É difícil estabelecer critérios gerais que diferenciem
quem bebe muito de quem é alcoólatra. Não é possível
estabelecer um valor numérico, como a quantidade de álcool ingerido,
pois cada pessoa tem um metabolismo diferente. O que é muito para uns
é pouco para outros e vice-versa.
Atualmente, os critérios usados para definir alcoolismo se baseiam
no prejuízo social e pessoal sofridos por quem abusa das bebidas alcoólicas,
ou no surgimento de sinais de abstinência e dependência pela interrupção
da bebida. A abstinência é a falta que o organismo sente do álcool
depois de um tempo prolongado de uso de doses não pequenas. Quando
um indivíduo apresenta sinais de abstinência, ele está
dependente de álcool, ou seja, quando o álcool é eliminado,
o corpo se ressente e essa pessoa passa mal, precisando de novas doses para
se "normalizar". Os principais sinais de abstinência são
tremores, náuseas, vômitos, tonteiras, mal-estar, fraqueza. Um
dos indicativos de que uma pessoa está dependente é o fato de
ter que aumentar a dose da bebida para alcançar os mesmos efeitos de
antes.
Não temos meios, hoje, de saber com certeza quem será um alcoólatra,
antes que a pessoa comece a beber. Já existem, no entanto, resultados
concretos que mostram a influência genética. Eles foram conseguidos
observando-se filhos de alcoólatras adotados por casais não
alcoólatras.
O vício no álcool começa lentamente. Na fase de dependência
psicológica, o indivíduo não se considera viciado. Ele
acredita que pode parar quando quiser. E como nessa fase o indivíduo
não deseja largar a bebida, prossegue até que começa
a se prejudicar.
Antes de chegar a esse ponto, muitas advertências são dadas pelas
pessoas próximas e todas são sempre desprezadas.

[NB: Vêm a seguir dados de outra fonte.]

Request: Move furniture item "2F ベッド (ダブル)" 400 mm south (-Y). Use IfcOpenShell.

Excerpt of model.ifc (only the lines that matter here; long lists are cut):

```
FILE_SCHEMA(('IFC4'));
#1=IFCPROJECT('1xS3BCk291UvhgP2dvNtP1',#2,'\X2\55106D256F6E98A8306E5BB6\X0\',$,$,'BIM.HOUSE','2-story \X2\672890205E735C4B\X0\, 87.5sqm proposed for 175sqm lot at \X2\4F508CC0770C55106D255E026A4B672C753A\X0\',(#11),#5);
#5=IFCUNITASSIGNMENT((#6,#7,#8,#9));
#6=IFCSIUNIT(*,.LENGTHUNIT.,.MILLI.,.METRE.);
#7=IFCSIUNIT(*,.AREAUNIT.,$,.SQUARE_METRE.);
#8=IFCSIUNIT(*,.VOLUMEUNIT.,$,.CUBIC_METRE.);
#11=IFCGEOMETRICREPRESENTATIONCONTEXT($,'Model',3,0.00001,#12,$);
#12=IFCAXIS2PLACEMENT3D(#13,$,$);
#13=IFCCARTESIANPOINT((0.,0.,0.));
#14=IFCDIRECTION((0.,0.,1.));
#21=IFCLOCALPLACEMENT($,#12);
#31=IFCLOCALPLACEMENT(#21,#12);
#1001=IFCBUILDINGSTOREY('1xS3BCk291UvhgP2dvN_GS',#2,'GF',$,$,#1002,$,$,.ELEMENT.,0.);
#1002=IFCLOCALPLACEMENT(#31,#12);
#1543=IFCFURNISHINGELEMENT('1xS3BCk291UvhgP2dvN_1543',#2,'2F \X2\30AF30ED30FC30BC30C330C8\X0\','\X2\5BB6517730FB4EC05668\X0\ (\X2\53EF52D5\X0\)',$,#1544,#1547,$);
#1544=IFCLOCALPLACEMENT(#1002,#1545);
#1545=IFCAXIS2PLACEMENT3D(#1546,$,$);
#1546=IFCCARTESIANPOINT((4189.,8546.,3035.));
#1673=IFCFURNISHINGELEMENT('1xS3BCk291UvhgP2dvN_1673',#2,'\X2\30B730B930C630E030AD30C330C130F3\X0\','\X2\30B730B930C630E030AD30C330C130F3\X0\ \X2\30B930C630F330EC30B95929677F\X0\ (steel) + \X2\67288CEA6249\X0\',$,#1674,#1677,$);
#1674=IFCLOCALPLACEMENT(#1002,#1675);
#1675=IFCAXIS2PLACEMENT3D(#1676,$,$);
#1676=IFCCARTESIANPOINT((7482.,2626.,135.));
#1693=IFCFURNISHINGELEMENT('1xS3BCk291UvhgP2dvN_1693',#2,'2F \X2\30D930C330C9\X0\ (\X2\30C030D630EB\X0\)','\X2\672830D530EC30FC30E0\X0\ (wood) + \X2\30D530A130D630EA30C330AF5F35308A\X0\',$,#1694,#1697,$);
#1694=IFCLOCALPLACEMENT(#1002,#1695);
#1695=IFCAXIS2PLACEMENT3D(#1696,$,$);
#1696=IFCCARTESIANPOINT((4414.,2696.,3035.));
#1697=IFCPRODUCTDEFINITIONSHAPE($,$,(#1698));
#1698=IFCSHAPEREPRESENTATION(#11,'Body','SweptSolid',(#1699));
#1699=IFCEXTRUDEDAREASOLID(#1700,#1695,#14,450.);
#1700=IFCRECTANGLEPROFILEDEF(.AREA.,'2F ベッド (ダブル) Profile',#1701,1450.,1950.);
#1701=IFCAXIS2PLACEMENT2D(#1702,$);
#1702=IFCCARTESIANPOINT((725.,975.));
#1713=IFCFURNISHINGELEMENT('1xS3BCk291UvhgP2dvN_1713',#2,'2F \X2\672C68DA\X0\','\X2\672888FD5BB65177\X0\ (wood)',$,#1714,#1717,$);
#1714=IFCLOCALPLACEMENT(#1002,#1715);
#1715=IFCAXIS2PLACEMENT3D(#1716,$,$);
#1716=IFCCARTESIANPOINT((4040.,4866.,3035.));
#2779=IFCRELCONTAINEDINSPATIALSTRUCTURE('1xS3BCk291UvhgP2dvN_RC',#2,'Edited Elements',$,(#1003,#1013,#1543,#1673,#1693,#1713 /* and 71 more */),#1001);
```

```python
import ifcopenshell
import ifcopenshell.api.geometry
import ifcopenshell.util.placement

model = ifcopenshell.open("model.ifc")

item = model.by_guid("1xS3BCk291UvhgP2dvN_1693")
matrix = ifcopenshell.util.placement.get_local_placement(item.ObjectPlacement)
matrix[1, 3] -= 400.0
ifcopenshell.api.geometry.edit_object_placement(model, product=item, matrix=matrix, is_si=False)

print(ifcopenshell.util.placement.get_local_placement(item.ObjectPlacement).round(3) + 0.0)

model.write("model_updated.ifc")
```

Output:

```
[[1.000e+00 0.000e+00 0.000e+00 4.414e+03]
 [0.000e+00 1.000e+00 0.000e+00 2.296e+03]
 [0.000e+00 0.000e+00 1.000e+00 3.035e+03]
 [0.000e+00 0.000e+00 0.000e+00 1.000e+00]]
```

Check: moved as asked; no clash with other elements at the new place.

Algumas vezes
ocorrem até internações, mas o paciente não se
convence de que é alcoólatra. Geralmente culpa a mulher, o governo,
o patrão ou a circunstância pelos seus excessos. Enquanto sua
condição de dependente do álcool for negada, o paciente
continuará bebendo e se prejudicando.
Os homens brancos jovens são os mais afetados pelo alcoolismo. O início da dependência ocorre em torno dos 20 anos ou no final da adolescência, sendo diagnosticada somente em torno dos 30 anos de idade. Após a quinta ou sexta décadas de vida, o impulso de beber começa a diminuir.
No mundo inteiro, os melhores resultados têm sido apresentados pela Associação dos Alcoólatras Anônimos (AAA). Sua eficiência é maior do que qualquer forma isolada de psicoterapia ou controle farmacológico. É importante lembrar que um distúrbio psiquiátrico de base pode estar levando o paciente à bebida, como a depressão, a fobia social e outros transtornos. Por isso a investigação das causas deve ser feita pelo psiquiatra.